I wonder how the net would have evolved if something like Brave's basic attention token was around back in the day, with users paying in proportion to what they consume, with mods being compensated and ultimately the site not being beholden to advertisers like it is now.

I'm also surprised that there's nobody who has been able to implement true 'microtransactions' where you can pay a few cents to view a piece of content once, rather than having to subscribe to a full service you may or may not use.

Like I would pay for news articles if I there was an ability to pay 25 cents per article with 1-2 clicks.

I can imagine a version of Reddit where the 'main' subs were free to access but if you wanted to subscribe to the niche subs you could pay like a buck to unlock them for a month. Or maybe even less for a 'day pass.'

Of course, that won't stop someone from scraping the content to publish elsewhere or use to train up an LLM.

I can’t agree enough, advertising has ruined so much in the last few decades.

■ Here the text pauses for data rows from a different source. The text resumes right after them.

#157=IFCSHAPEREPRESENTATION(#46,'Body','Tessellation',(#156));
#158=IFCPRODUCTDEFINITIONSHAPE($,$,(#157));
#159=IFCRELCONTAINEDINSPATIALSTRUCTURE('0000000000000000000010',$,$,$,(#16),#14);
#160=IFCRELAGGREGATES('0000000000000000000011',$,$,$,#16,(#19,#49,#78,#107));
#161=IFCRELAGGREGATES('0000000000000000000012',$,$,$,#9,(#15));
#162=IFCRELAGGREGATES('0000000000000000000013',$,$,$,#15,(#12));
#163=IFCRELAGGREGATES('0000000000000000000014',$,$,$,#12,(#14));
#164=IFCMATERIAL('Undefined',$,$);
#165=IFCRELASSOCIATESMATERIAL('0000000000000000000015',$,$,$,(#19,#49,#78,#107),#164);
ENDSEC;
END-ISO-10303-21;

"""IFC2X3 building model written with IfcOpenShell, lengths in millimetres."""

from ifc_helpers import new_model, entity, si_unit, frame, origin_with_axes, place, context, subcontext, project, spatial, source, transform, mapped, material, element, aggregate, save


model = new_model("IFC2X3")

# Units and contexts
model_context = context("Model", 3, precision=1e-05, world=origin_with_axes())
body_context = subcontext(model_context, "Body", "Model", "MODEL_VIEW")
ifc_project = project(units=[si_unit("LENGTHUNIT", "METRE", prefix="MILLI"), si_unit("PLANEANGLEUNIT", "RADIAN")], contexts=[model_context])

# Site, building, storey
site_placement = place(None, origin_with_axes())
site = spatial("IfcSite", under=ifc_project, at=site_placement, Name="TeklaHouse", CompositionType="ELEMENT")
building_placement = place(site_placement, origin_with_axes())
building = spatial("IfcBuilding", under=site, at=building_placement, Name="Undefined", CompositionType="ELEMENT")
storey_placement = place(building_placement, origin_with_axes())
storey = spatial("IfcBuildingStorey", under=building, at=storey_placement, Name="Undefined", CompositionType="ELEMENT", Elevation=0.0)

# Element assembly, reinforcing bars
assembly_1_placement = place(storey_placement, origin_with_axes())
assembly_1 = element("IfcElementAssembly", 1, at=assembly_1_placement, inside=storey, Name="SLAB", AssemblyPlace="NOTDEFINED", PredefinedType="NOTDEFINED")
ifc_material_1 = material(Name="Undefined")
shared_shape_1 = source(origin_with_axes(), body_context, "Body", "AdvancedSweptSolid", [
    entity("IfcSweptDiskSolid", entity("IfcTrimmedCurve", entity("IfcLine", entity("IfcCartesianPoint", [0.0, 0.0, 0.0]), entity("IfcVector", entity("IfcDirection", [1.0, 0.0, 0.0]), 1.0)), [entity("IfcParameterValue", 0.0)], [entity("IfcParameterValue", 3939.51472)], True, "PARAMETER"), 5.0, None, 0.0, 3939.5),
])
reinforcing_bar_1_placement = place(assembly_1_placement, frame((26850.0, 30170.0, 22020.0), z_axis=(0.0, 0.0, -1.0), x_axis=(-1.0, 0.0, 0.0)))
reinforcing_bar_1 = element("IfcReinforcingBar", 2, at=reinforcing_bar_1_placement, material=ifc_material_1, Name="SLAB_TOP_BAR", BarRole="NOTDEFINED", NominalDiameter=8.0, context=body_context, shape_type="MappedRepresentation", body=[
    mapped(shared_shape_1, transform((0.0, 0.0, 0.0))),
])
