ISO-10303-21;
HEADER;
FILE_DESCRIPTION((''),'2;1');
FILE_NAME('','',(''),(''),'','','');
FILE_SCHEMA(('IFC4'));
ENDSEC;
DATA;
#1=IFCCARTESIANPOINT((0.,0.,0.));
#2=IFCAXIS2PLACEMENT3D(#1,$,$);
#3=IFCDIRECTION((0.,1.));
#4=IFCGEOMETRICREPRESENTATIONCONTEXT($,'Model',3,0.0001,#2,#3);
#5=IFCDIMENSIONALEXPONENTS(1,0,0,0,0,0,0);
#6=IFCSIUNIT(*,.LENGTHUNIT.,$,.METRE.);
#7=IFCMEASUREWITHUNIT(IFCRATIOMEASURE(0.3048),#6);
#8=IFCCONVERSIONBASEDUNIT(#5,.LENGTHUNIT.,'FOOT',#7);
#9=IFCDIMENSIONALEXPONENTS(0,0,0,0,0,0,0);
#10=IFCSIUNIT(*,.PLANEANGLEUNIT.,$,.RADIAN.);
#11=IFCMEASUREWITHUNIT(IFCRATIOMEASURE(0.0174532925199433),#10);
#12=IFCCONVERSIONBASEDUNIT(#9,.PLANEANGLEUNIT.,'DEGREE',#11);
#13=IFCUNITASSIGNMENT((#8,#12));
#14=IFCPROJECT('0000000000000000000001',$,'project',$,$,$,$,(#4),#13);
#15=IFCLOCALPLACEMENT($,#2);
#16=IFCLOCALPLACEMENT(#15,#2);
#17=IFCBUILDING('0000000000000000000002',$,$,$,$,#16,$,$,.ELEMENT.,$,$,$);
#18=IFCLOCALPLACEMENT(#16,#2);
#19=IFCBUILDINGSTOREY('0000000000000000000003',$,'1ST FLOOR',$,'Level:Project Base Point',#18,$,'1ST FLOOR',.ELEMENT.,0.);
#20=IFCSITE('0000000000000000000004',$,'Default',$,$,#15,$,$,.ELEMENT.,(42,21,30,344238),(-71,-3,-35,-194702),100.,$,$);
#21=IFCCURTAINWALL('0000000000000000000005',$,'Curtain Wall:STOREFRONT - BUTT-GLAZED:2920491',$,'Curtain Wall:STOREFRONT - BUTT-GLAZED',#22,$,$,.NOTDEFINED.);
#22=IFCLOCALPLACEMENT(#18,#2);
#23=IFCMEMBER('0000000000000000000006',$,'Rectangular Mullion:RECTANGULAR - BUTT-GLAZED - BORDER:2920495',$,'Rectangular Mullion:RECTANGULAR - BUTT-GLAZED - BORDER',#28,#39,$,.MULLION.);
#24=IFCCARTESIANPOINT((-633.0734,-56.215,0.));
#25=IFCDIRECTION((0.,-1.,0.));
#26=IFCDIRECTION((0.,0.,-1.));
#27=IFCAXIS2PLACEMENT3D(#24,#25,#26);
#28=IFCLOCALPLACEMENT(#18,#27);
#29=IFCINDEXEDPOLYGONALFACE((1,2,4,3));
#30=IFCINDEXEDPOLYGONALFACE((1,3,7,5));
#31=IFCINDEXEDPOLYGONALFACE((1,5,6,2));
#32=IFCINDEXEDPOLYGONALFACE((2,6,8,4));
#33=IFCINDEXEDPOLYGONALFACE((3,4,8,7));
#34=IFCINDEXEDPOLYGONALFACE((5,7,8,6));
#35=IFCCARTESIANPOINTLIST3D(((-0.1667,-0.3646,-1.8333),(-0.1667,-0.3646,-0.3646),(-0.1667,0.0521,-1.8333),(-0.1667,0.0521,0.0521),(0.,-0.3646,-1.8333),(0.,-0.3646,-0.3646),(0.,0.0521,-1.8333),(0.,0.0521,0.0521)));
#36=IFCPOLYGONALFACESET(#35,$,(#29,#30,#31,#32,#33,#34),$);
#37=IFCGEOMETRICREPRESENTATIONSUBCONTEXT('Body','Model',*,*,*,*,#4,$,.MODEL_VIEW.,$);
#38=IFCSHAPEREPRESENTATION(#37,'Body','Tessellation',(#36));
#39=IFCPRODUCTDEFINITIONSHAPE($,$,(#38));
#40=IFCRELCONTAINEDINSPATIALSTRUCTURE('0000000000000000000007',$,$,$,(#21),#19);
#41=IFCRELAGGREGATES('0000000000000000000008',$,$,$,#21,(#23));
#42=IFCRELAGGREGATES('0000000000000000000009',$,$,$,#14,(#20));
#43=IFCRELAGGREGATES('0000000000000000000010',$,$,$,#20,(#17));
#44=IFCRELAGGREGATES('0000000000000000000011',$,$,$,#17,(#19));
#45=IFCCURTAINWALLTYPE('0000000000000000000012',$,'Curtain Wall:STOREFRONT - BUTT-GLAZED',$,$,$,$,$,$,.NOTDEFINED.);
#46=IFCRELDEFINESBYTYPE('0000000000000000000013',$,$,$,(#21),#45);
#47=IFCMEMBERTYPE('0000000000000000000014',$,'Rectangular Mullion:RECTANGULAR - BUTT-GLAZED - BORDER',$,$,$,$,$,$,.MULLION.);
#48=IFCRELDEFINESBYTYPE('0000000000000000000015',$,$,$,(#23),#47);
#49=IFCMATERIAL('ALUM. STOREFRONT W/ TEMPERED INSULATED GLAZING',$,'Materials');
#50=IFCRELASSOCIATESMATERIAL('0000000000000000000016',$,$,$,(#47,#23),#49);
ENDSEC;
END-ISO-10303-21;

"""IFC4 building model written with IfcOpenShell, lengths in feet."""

from ifc_helpers import new_model, entity, si_unit, converted_unit, direction, frame, frame_2d, origin, place, context, subcontext, project, spatial, rectangle, extrude, clip, halfspace, source, transform, mapped, material, material_profile, profile_set, profile_usage, type_object, type_shapes, element, aggregate, save


model = new_model("IFC4")

# Units and contexts
model_context = context("Model", 3, precision=0.0001, world=origin(), true_north=direction((0.0, 1.0)))
body_context = subcontext(model_context, "Body", "Model", "MODEL_VIEW")
ifc_project = project(units=[converted_unit("LENGTHUNIT", "FOOT", entity("IfcRatioMeasure", 0.3048), si_unit("LENGTHUNIT", "METRE"), dimensions=[1, 0, 0, 0, 0, 0, 0]), converted_unit("PLANEANGLEUNIT", "DEGREE", entity("IfcRatioMeasure", 0.0174532925199433), si_unit("PLANEANGLEUNIT", "RADIAN"), dimensions=[0, 0, 0, 0, 0, 0, 0])], contexts=[model_context])

# Site, building, storey
site_placement = place(None, origin())
site = spatial("IfcSite", under=ifc_project, at=site_placement, Name="Default", CompositionType="ELEMENT", RefLatitude=(42, 21, 30, 344238), RefLongitude=(-71, -3, -35, -194702), RefElevation=100.0)
building_placement = place(site_placement, origin())
building = spatial("IfcBuilding", under=site, at=building_placement, CompositionType="ELEMENT")
storey_placement = place(building_placement, origin())
storey = spatial("IfcBuildingStorey", under=building, at=storey_placement, Name="1ST FLOOR", ObjectType="Level:Project Base Point", LongName="1ST FLOOR", CompositionType="ELEMENT", Elevation=0.0)

# Shared definitions
ifc_material_1 = material(Name="ALUM. STOREFRONT W/ TEMPERED INSULATED GLAZING", Category="Materials")

# Curtain wall, member
curtain_wall_type_1 = type_object("IfcCurtainWallType", Name="Curtain Wall:STOREFRONT - BUTT-GLAZED", PredefinedType="NOTDEFINED")
curtain_wall_1_placement = place(storey_placement, origin())
curtain_wall_1 = element("IfcCurtainWall", 1, at=curtain_wall_1_placement, inside=storey, type_object=curtain_wall_type_1, Name="Curtain Wall:STOREFRONT - BUTT-GLAZED:2920491", ObjectType="Curtain Wall:STOREFRONT - BUTT-GLAZED", PredefinedType="NOTDEFINED")
ifc_material_profile_1 = material_profile(ifc_material_1, rectangle(XDim=0.4167, YDim=0.1667, at=frame_2d((0.0, 0.0), x_axis=(1.0, 0.0))), Name="RECTANGULAR - BUTT-GLAZED - BORDER")
ifc_profile_set_1 = profile_set([ifc_material_profile_1], Name="RECTANGULAR - BUTT-GLAZED - BORDER")
ifc_profile_usage_1 = profile_usage(ifc_profile_set_1)
member_type_1 = type_object("IfcMemberType", Name="Rectangular Mullion:RECTANGULAR - BUTT-GLAZED - BORDER", PredefinedType="MULLION", material=ifc_profile_set_1)
shared_shape_1 = source(origin(), body_context, "Body", "Clipping", [
    clip(extrude(rectangle(XDim=0.4167, YDim=0.1667, at=frame_2d((0.0, 0.0), x_axis=(1.0, 0.0))), frame((-0.0833, -0.1562, -1.8333), z_axis=(0.0, 0.0, 1.0), x_axis=(0.0, -1.0, 0.0)), (0.0, 0.0, 1.0), 1.8854), halfspace(frame((1.0, 0.0, 0.0), z_axis=(0.0, -0.707107, 0.707107), x_axis=(0.0, -0.707107, -0.707107)), False)),
])
type_shapes(member_type_1, [shared_shape_1])
member_1_placement = place(storey_placement, frame((-633.0734, -56.215, 0.0), z_axis=(0.0, -1.0, 0.0), x_axis=(0.0, 0.0, -1.0)))
member_1 = element("IfcMember", 2, at=member_1_placement, type_object=member_type_1, material=ifc_profile_usage_1, Name="Rectangular Mullion:RECTANGULAR - BUTT-GLAZED - BORDER:2920495", ObjectType="Rectangular Mullion:RECTANGULAR - BUTT-GLAZED - BORDER", PredefinedType="MULLION", context=body_context, shape_type="MappedRepresentation", body=[
    mapped(shared_shape_1, transform((0.0, 0.0, 0.0), scale=1.0)),
])

aggregate(curtain_wall_1, [member_1])

save(model, "model.ifc")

I think more websites should've tried harder to monetize around a subscription model in the style of Spotify and Netflix. The trouble is finding some meaningful way to make an actually better experience beyond no ads, which is no easy task, but I think if they focused a team on it they could do it. Personally I think a feature that could be worth paying for is better search and sort tools.

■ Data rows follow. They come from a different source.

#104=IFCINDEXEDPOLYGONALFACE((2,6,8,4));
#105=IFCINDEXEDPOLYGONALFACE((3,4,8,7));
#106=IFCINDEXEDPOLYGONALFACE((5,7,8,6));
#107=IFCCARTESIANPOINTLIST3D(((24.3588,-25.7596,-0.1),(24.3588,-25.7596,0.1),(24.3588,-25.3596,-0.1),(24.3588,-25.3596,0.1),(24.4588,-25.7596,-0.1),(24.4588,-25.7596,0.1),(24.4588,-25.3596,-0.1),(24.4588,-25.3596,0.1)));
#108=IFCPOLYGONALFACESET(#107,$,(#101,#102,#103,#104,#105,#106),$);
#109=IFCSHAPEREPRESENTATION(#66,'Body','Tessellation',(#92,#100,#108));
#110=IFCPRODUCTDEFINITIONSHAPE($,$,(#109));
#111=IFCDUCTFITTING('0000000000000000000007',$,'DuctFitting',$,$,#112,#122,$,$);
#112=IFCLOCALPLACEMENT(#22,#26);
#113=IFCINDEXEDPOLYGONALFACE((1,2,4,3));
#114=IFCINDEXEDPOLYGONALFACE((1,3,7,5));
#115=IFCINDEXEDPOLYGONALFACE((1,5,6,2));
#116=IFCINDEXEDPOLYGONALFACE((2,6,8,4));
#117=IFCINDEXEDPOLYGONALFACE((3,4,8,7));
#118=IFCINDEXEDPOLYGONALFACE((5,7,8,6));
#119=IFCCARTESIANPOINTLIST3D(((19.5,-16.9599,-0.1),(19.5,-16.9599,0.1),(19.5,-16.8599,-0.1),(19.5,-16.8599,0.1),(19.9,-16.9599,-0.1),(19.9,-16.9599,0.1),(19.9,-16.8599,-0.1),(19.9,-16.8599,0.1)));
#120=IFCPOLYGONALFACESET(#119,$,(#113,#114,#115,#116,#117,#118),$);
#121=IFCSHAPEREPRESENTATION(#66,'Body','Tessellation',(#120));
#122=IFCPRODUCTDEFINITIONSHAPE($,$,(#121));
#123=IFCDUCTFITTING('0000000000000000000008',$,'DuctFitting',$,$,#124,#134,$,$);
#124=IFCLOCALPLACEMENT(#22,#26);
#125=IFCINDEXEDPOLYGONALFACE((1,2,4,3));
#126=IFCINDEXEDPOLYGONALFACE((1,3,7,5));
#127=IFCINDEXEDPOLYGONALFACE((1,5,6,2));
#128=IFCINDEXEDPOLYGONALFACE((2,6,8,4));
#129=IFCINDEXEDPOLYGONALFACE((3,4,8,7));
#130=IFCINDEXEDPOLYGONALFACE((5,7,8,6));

This discussion could probably fit just fine in the main thread.

I can say that I'm personally glad we have already moved off of reddit. I hope more communities are able to make a similar jump. It is maybe past time for the internet to fracture into a million pieces once again. The mass centralization wave of the last decade and a half has had many downsides.

I hope more communities are able to make a similar jump.

I doubt it. There's a real sense of learned helplessness.

Even subs like stupidpol that are totally hostile to the admins and identity politics of reddit - including some of the issues that spurred a desire on TheMotte to leave - appear just totally fatalistic.

Other places exist. I’m on mastodon, hubski, and saidit. They’re certainly smaller than Reddit, but I think it’s a decent way to get better communities, even if you’re somewhat beholden to whoever runs those sites.

I mean running your own website is a lot of work, and totally unpaid. We are super lucky to have admin’s that are willing to take on the burden.

Yeah, fair. I shouldn't have sounded disdainful, this sub probably had a disproportionate number of IT-interested people compared to other subs

I'm not sure it's that much work on top of what sub mods already do, but you do need at least a few trusted users with strong technical skills and a strong enough community for a critical mass of posters to be willing to continue their activity on a new site. We are indeed fortunate enough to have both.